Maximum distance between Peaks in the given Linked List

A linked list is a linear data structure that stores the data in the nodes and each node contains the address of the next node to make the connection. A peak or the peak node is the node that is not present at the first or the last place and has a value strictly greater than both of the neighbors. We have to find the maximum distance between two consecutive peaks as there could be more than one peak available.

Sample Examples

Input

Given Linked list: 1 -> 2 -> 3 -> 2 -> 7 -> 1 -> 6 -> 9 -> 8 -> NULL

Output

2

Explanation: Here we have peaks at the third node (3), 5th node (7), and 8th node (9). The difference between the 3rd and 5th node is 1 while the difference between the 5th and 8th node is 2, so we will return 2.

Input

Given Linked list: 1 -> 2 -> 3 -> 4 -> 5 -> NULL

Output

0

Explanation: Here, all the values of the nodes are in increasing order makes there is no peak here. So, we will return 0.

Approach

We have seen the examples of the given problem above and now we will move to the steps required to implement the code:

• First, we will create a class to create the node blocks for the linked list and in class, we will define the integer to store the value, a pointer to store the address of the next pointer and a constructor to initialize the nodes.

• We will create a function that will take the head of the linked list as the parameter and will return the required value as the return value.

• We will create a temporary pointer pointing at the head node and then using it we will traverse over the linked list using a while loop.

• We will check if the current node is a peak and if it is a peak then we will calculate the distance of it from the previous peak (if any ) and update the value of the answer and the previous peak and move to the next node.
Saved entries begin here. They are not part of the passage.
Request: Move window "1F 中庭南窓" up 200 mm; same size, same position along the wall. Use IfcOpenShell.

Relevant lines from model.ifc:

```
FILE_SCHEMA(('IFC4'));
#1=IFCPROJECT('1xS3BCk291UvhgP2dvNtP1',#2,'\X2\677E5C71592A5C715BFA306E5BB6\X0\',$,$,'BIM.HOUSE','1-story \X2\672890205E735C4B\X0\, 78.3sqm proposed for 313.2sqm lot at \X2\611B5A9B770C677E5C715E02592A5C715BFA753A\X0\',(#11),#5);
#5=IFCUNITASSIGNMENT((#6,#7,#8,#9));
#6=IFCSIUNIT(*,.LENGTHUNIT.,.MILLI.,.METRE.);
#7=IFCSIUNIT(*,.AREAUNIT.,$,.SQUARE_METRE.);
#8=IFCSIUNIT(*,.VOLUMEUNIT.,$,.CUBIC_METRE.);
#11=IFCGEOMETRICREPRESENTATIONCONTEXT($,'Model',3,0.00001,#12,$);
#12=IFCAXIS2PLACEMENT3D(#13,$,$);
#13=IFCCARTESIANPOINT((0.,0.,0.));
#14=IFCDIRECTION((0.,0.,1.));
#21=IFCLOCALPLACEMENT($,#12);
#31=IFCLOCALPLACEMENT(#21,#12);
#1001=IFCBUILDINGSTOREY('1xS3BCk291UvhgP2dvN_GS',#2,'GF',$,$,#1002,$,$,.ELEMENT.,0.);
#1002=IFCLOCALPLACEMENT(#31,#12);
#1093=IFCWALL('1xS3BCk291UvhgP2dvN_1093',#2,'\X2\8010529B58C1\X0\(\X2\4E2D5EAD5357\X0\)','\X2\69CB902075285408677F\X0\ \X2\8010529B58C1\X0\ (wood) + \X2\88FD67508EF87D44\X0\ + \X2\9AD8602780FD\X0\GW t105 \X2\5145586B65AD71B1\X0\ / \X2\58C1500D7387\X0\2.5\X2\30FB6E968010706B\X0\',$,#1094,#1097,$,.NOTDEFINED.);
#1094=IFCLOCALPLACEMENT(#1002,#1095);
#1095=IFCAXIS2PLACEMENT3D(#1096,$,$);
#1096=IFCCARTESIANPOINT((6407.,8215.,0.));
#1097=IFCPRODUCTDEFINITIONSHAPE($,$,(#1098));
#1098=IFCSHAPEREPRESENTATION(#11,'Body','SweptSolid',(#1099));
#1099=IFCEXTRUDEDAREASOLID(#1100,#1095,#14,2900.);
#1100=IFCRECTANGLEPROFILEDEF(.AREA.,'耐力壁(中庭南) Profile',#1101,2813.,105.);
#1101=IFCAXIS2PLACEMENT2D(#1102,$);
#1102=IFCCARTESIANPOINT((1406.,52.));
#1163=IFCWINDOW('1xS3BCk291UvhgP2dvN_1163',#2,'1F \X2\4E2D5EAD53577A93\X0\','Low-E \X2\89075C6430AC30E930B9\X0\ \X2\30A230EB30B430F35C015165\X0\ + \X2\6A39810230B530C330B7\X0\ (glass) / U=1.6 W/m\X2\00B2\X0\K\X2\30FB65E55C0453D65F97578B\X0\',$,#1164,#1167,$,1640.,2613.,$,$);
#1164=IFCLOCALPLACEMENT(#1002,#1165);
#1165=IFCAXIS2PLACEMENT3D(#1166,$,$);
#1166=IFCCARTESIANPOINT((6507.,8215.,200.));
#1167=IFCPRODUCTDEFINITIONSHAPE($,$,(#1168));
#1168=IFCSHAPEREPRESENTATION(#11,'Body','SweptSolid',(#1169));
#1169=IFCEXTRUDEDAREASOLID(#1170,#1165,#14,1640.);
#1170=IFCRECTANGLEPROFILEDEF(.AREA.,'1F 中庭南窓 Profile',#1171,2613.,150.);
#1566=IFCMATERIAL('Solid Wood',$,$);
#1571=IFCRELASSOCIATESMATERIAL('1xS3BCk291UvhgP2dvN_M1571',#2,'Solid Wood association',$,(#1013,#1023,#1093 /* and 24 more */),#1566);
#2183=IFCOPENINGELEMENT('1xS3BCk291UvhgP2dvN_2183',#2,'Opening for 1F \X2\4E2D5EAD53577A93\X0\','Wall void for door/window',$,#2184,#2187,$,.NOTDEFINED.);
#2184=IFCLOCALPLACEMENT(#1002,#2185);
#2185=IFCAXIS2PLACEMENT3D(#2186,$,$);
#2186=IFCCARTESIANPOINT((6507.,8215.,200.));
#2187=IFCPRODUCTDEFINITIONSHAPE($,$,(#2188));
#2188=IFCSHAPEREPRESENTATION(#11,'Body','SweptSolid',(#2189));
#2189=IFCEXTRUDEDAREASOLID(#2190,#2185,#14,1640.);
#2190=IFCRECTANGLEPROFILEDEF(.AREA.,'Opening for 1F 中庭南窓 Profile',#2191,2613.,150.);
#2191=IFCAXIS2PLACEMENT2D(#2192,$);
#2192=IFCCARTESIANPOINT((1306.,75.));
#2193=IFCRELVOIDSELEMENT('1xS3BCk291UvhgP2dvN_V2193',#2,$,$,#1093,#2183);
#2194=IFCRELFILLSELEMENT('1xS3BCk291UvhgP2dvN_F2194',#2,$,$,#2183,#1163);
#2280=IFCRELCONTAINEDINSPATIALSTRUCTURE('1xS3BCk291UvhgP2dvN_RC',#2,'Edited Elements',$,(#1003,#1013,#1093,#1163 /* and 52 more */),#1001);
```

```python
import numpy as np
import ifcopenshell
import ifcopenshell.api.geometry
import ifcopenshell.util.placement
import ifcopenshell.util.unit

model = ifcopenshell.open("model.ifc")
unit_scale = ifcopenshell.util.unit.calculate_unit_scale(model)

window = model.by_guid("1xS3BCk291UvhgP2dvN_1163")
opening = window.FillsVoids[0].RelatingOpeningElement
dz = 0.2 / unit_scale

shift = np.array([0.0, 0.0, dz])
# The window is not placed relative to its opening, so move both.
for product in (opening, window):
    matrix = ifcopenshell.util.placement.get_local_placement(product.ObjectPlacement)
    matrix[:3, 3] += shift
    ifcopenshell.api.geometry.edit_object_placement(model, product=product, matrix=matrix, is_si=False)

print(f"moved by {dz * unit_scale:+.3f} m")

model.write("model_rev.ifc")
```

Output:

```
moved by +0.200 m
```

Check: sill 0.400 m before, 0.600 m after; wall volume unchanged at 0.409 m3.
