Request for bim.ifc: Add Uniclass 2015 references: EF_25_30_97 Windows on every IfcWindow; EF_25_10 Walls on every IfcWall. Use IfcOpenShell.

First a look at what the model holds.

```python
import ifcopenshell

model = ifcopenshell.open("bim.ifc")
print(model.schema)
print("classifications:", [c.Name for c in model.by_type("IfcClassification")])
for ifc_class in ("IfcDoor", "IfcRoof", "IfcStair", "IfcWall", "IfcWindow"):
    print(ifc_class, len(model.by_type(ifc_class)))
```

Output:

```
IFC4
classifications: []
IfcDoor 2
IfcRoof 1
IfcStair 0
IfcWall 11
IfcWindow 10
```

```python
import ifcopenshell
import ifcopenshell.api.classification

model = ifcopenshell.open("bim.ifc")

system = ifcopenshell.api.classification.add_classification(model, classification="Uniclass 2015")

codes = {
    "IfcWindow": ("EF_25_30_97", "Windows"),
    "IfcWall": ("EF_25_10", "Walls"),
}
for ifc_class, (code, name) in codes.items():
    products = model.by_type(ifc_class)
    ifcopenshell.api.classification.add_reference(
        model, products=products, classification=system, identification=code, name=name
    )
    print(code, len(products))

model.write("bim-out.ifc")
```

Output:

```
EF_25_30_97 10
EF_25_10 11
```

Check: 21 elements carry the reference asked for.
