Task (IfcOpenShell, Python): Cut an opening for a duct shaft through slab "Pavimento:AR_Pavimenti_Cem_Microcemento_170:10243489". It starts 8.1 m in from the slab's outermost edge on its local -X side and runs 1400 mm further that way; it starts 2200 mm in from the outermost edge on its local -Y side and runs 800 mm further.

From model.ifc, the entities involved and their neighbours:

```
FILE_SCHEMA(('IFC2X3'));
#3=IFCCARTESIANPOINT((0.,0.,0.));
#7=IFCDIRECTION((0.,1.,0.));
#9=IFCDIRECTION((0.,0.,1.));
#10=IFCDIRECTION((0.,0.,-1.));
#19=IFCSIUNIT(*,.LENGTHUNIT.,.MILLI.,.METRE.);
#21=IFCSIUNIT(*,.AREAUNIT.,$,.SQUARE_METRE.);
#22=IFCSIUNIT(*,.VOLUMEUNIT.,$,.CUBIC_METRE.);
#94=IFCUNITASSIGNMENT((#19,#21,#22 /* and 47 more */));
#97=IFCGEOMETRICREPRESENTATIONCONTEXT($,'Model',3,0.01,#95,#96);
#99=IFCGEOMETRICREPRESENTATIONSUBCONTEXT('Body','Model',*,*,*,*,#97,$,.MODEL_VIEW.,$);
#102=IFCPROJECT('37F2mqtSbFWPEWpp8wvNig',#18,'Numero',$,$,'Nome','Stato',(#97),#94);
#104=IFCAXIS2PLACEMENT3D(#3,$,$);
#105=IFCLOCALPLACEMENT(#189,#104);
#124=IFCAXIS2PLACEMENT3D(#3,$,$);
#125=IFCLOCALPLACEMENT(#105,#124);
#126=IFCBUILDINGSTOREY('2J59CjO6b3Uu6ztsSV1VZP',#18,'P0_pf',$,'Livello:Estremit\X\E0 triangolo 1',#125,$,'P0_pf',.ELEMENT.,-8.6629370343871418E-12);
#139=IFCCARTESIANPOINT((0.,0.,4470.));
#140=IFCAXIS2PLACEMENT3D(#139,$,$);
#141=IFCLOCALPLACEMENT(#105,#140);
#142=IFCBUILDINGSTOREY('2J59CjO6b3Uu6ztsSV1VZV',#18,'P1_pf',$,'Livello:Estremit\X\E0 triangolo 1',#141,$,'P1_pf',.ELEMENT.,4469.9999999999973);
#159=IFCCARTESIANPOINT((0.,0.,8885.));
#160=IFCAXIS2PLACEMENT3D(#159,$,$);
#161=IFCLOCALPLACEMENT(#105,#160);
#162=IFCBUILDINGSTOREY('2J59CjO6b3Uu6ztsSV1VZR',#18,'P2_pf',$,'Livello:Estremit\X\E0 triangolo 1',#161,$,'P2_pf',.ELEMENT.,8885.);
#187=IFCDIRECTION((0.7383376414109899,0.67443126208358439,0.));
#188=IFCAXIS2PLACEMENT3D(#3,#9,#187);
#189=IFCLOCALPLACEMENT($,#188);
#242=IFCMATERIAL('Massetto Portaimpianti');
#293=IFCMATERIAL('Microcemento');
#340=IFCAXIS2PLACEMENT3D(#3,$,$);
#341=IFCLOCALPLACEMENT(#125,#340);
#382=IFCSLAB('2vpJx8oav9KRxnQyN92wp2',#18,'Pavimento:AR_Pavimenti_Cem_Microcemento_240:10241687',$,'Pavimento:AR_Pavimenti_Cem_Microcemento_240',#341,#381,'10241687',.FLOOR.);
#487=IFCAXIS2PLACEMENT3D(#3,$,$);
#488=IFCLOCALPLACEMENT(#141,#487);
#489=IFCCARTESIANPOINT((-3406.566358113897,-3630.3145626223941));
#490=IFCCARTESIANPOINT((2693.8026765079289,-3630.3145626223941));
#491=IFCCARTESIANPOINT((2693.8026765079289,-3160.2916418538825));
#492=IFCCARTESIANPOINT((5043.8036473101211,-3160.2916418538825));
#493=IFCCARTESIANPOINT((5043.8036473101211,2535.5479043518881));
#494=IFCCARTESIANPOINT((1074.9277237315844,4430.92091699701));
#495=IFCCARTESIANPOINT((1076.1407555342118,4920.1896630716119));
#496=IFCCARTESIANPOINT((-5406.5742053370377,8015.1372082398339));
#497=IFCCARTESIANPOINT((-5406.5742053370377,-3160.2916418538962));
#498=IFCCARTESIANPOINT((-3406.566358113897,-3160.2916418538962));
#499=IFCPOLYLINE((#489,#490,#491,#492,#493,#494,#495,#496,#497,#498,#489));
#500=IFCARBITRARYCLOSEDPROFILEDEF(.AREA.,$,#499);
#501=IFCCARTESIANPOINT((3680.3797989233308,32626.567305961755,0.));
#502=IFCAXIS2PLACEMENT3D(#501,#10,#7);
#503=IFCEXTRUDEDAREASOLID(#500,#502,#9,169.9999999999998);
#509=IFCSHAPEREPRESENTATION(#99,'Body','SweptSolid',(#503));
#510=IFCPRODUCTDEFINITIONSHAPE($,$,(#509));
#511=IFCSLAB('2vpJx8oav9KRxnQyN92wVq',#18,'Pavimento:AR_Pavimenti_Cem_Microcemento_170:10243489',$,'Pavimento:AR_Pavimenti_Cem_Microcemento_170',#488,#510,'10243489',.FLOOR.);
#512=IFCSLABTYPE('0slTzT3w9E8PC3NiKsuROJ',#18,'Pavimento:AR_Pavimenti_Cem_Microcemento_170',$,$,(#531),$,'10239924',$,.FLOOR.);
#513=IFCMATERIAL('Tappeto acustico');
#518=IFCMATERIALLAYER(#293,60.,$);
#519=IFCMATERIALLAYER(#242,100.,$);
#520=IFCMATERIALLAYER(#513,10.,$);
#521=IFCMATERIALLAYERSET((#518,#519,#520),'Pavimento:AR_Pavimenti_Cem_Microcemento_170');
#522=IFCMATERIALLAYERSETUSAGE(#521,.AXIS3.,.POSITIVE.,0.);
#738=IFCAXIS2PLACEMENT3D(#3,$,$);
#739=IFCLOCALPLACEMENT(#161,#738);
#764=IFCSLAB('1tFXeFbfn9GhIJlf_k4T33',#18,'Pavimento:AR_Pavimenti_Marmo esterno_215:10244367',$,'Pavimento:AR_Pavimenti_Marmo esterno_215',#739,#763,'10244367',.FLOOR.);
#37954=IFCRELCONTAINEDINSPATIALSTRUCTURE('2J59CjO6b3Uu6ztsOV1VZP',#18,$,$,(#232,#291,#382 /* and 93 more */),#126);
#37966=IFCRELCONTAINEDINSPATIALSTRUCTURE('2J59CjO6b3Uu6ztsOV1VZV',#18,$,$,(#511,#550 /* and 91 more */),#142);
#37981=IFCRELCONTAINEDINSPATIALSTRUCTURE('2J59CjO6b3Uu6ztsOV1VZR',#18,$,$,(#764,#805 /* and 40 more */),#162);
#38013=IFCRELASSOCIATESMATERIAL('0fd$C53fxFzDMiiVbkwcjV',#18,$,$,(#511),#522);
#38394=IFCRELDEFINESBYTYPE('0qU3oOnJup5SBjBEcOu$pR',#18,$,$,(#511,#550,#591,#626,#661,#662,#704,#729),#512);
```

```python
import numpy as np
import ifcopenshell
import ifcopenshell.api.feature
import ifcopenshell.api.geometry
import ifcopenshell.api.root
import ifcopenshell.geom
import ifcopenshell.util.placement
import ifcopenshell.util.representation
import ifcopenshell.util.shape
import ifcopenshell.util.unit

model = ifcopenshell.open("model.ifc")
unit_scale = ifcopenshell.util.unit.calculate_unit_scale(model)
settings = ifcopenshell.geom.settings()


def volume(element):
    """Net volume in cubic metres, openings subtracted."""
    shape = ifcopenshell.geom.create_shape(settings, element)
    return ifcopenshell.util.shape.get_volume(shape.geometry)


slab = model.by_guid("2vpJx8oav9KRxnQyN92wVq")
before = volume(slab)

# Extent in the slab's own axes, in metres. The edges named are its -X and -Y sides.
slab_shape = ifcopenshell.geom.create_shape(settings, slab)
vertices = ifcopenshell.util.shape.get_vertices(slab_shape.geometry)
x_min, y_min, bottom = vertices.min(axis=0)
top = vertices[:, 2].max()

opening = ifcopenshell.api.root.create_entity(model, ifc_class="IfcOpeningElement", name="Duct shaft opening")
context = ifcopenshell.util.representation.get_context(model, "Model", "Body", "MODEL_VIEW")
width, depth = 1.4, 0.8
outline = [(0.0, 0.0), (width, 0.0), (width, depth), (0.0, depth), (0.0, 0.0)]
# Overshoot both faces by 50 mm so the cut is clean.
shape = ifcopenshell.api.geometry.add_slab_representation(
    model, context=context, depth=top - bottom + 0.1, polyline=outline
)
ifcopenshell.api.geometry.assign_representation(model, product=opening, representation=shape)

matrix = ifcopenshell.util.placement.get_local_placement(slab.ObjectPlacement)
matrix[:, 3] = matrix @ np.append(np.array([x_min + 8.1, y_min + 2.2, bottom - 0.05]) / unit_scale, 1.0)
ifcopenshell.api.geometry.edit_object_placement(model, product=opening, matrix=matrix, is_si=False)
ifcopenshell.api.feature.add_feature(model, feature=opening, element=slab)

after = volume(slab)

print(f"slab volume {before:.3f} -> {after:.3f} m3")

model.write("model_edited.ifc")
```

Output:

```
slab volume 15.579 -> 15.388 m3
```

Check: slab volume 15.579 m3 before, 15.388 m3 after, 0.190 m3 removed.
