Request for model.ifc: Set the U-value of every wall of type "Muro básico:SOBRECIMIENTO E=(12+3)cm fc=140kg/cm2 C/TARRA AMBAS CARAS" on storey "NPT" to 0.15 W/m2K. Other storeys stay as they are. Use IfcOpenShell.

First a look at what the model holds.

```python
import ifcopenshell
import ifcopenshell.util.element

model = ifcopenshell.open("model.ifc")
print(model.schema)
storey = next(s for s in model.by_type("IfcBuildingStorey") if s.Name == "NPT")
walls = [e for e in ifcopenshell.util.element.get_decomposition(storey) if e.is_a("IfcWall")]
seen = {}
for e in walls:
    element_type = ifcopenshell.util.element.get_type(e)
    key = (element_type.Name if element_type != e and element_type else None, ifcopenshell.util.element.get_pset(e, "Pset_WallCommon", "ThermalTransmittance"))
    seen[key] = seen.get(key, 0) + 1
for (name, value), count in sorted(seen.items(), key=str):
    print(count, "x", name, "|", value)
```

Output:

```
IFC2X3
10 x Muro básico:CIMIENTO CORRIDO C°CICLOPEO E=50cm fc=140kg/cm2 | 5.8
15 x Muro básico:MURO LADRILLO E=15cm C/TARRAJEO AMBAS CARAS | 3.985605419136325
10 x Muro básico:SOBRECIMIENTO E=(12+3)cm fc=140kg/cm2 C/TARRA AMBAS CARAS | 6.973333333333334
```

```python
import ifcopenshell
import ifcopenshell.api.pset
import ifcopenshell.util.element

model = ifcopenshell.open("model.ifc")

storey = next(s for s in model.by_type("IfcBuildingStorey") if s.Name == "NPT")
walls = [e for e in ifcopenshell.util.element.get_decomposition(storey) if e.is_a("IfcWall")]

count = 0
for e in walls:
    element_type = ifcopenshell.util.element.get_type(e)
    if element_type in (None, e) or element_type.Name != "Muro básico:SOBRECIMIENTO E=(12+3)cm fc=140kg/cm2 C/TARRA AMBAS CARAS":
        continue
    # add_pset returns the element's existing set when there is one.
    pset = ifcopenshell.api.pset.add_pset(model, product=e, name="Pset_WallCommon")
    ifcopenshell.api.pset.edit_pset(model, pset=pset, properties={"ThermalTransmittance": 0.15})
    count += 1

print(count, "walls updated")

model.write("model_edited.ifc")
```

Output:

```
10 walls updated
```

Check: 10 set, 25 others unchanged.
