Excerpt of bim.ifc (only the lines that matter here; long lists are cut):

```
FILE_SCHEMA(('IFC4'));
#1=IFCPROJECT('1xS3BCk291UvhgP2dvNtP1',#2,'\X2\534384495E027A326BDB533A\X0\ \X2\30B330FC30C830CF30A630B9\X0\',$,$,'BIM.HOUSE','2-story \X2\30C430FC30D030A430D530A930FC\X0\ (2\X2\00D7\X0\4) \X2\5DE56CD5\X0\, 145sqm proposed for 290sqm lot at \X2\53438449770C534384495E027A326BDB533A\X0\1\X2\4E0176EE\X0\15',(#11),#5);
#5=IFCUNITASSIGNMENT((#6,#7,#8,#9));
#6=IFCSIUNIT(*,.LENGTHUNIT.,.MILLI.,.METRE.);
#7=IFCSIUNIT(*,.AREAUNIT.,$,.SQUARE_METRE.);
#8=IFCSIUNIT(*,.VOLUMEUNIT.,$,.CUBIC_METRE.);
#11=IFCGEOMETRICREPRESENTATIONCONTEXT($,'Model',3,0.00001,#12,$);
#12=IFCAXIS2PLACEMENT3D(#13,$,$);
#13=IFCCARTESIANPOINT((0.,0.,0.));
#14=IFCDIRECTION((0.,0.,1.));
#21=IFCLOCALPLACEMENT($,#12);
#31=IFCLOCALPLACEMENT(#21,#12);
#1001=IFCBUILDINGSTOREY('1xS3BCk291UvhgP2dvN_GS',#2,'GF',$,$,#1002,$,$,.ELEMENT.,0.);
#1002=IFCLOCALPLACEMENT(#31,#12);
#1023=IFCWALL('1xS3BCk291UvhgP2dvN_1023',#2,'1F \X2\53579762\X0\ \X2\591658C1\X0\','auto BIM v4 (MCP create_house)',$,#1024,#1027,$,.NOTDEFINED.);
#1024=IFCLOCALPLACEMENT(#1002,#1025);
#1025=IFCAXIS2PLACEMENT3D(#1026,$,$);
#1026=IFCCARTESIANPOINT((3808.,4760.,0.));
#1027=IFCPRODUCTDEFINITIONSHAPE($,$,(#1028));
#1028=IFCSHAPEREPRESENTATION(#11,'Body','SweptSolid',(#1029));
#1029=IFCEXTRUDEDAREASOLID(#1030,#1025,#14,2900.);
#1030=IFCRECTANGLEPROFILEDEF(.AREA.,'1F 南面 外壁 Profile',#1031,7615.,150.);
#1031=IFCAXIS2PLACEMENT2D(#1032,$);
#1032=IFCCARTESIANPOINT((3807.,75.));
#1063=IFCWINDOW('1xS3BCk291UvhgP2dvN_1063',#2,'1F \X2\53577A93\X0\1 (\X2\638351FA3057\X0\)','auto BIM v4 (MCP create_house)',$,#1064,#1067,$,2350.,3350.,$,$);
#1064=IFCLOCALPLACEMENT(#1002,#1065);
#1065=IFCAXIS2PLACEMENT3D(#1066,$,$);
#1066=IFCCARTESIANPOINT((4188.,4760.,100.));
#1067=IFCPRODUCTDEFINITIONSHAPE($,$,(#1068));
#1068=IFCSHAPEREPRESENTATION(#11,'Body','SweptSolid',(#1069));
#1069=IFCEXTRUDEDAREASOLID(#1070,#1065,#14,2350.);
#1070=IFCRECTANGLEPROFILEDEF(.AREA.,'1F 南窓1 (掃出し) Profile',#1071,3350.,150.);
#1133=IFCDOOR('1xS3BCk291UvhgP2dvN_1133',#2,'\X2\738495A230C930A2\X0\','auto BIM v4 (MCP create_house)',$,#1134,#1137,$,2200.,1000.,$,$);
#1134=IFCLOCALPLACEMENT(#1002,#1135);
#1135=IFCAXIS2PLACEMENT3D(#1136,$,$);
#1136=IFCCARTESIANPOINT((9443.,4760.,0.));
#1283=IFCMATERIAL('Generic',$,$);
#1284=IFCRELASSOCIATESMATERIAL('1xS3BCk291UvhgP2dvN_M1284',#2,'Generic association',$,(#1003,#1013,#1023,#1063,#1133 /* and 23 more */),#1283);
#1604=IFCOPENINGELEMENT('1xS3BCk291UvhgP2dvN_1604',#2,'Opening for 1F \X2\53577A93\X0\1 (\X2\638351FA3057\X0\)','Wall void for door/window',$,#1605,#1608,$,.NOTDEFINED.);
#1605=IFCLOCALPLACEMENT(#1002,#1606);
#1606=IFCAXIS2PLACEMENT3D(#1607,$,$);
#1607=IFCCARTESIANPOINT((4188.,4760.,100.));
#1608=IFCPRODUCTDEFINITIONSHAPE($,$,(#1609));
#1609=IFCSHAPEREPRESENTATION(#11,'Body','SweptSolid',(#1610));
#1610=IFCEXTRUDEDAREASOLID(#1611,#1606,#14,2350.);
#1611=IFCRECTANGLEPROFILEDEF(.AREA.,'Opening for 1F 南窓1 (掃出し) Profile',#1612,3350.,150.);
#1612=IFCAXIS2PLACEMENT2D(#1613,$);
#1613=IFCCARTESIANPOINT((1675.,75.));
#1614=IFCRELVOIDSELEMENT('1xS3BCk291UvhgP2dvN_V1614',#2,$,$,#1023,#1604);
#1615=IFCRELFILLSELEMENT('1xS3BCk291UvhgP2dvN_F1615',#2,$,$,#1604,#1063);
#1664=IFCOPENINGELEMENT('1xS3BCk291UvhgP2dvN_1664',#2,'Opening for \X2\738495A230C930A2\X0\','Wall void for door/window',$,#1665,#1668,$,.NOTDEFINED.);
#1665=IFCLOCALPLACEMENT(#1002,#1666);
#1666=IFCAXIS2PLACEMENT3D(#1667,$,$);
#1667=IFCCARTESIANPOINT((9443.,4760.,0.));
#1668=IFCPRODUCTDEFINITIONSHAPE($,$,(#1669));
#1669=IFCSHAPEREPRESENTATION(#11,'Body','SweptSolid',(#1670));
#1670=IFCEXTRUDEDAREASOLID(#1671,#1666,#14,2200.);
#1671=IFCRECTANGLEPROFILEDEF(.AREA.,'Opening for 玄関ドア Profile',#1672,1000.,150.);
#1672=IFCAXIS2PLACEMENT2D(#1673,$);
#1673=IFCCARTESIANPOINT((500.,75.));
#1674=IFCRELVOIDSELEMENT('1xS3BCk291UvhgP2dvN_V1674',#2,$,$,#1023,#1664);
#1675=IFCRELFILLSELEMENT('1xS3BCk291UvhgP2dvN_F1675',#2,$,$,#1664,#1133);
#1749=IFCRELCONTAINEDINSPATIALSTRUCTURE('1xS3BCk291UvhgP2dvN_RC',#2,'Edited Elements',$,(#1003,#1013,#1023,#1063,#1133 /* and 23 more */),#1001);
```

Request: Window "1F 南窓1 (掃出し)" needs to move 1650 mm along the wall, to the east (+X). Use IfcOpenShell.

```python
import ifcopenshell
import ifcopenshell.api.geometry
import ifcopenshell.util.placement

model = ifcopenshell.open("bim.ifc")

window = model.by_guid("1xS3BCk291UvhgP2dvN_1063")
opening = window.FillsVoids[0].RelatingOpeningElement
wall = opening.VoidsElements[0].RelatingBuildingElement

wall_matrix = ifcopenshell.util.placement.get_local_placement(wall.ObjectPlacement)
shift = wall_matrix[:3, 0] * 1650.0
before = ifcopenshell.util.placement.get_local_placement(window.ObjectPlacement)[:3, 3].copy()

# The window is not placed relative to its opening, so move both.
for product in (opening, window):
    matrix = ifcopenshell.util.placement.get_local_placement(product.ObjectPlacement)
    matrix[:3, 3] += shift
    ifcopenshell.api.geometry.edit_object_placement(model, product=product, matrix=matrix, is_si=False)

after = ifcopenshell.util.placement.get_local_placement(window.ObjectPlacement)[:3, 3]
print("window moved by", (after - before).round(3) + 0.0)

model.write("bim_updated.ifc")
```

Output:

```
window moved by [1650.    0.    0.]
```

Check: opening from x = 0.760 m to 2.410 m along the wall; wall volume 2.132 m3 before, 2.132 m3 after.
• In the main function, we will create the linked list and will call to the function to get and print the answer.

Example

#include <bits/stdc++.h>
using namespace std; 

// creating class for nodes 
class Node{
public:
   int val;
   Node* next;
   // constructor
   Node(int data, Node* next_ptr){
      val = data;
      next = next_ptr;
   }
};
void printLL(Node* head){
   Node* temp = head;
   while(temp != nullptr){
      cout<<temp->val<<" -> ";
      temp = temp->next;
   }
   cout<<"NULL"<<endl;
}
// function to get the required distance 
int findDistance(Node* head){
   Node* temp = head; // temporary variable to traverse over the linked list
   // variables to store current and previous peak 
   int curP = -1, prevP = -1;
   int ans = 0;
   // variable to store the previous element.  we will make it int max as we will compare it to the current element to handle the edge case for the first node we will make it int max 
   int prev = INT_MAX; 
   int cur = 0; // variable to get the node number 
   while(temp->next != nullptr){
      // if the current node is at peak 
      if(temp->val > prev && temp->val > temp->next->val){
         if(prevP == -1){
            prevP = cur;
         }
         curP = cur;
         ans = max(ans, curP-prevP-1);
         prevP = curP;
      }
      prev = temp->val;
      temp = temp->next; 
      cur ++;
   }
   return ans; 
} 
int main(){
   // creating head of the linked list 
   Node* head = new Node(1, NULL);
   // adding data to the linked list 
   head->next = new Node(2, NULL);
   head->next->next = new Node(3, NULL);
   head->next->next->next = new Node(2, NULL);
   head->next->next->next->next = new Node(7, NULL);
   head->next->next->next->next->next = new Node(1, NULL);
   head->next->next->next->next->next->next
      = new Node(6, NULL);
   head->next->next->next->next->next->next->next
      = new Node(9, NULL);
   head->next->next->next->next->next->next->next->next
      = new Node(8, NULL); 
   cout<<"The given linked list is: "<<endl; 
   printLL(head);
   cout<<"The distance between the two peaks of the given linked list is: "<<findDistance(head)<<endl;
}

Output

The given linked list is: 
1 -> 2 -> 3 -> 2 -> 7 -> 1 -> 6 -> 9 -> 8 -> NULL
The distance between the two peaks of the given linked list is: 2

Time and Space Complexity

The time complexity of the above code is O(N), where N is the number of the nodes present in the given linked list. We are traversing over the linked list only once making the linear time complexity.

We are not using any extra space here, which makes the constant space complexity that is O(1).

Conclusion

In this problem, we are given a linked list and we have to find the distance between the two consecutive peaks of the given linked list. Peaks are the nodes that have a value strictly greater than the values of its neighbors and it must not be the first or the last node of the given linked list. We have traversed over the linked list and got the peaks in the O(N) time and O(1) space complexity.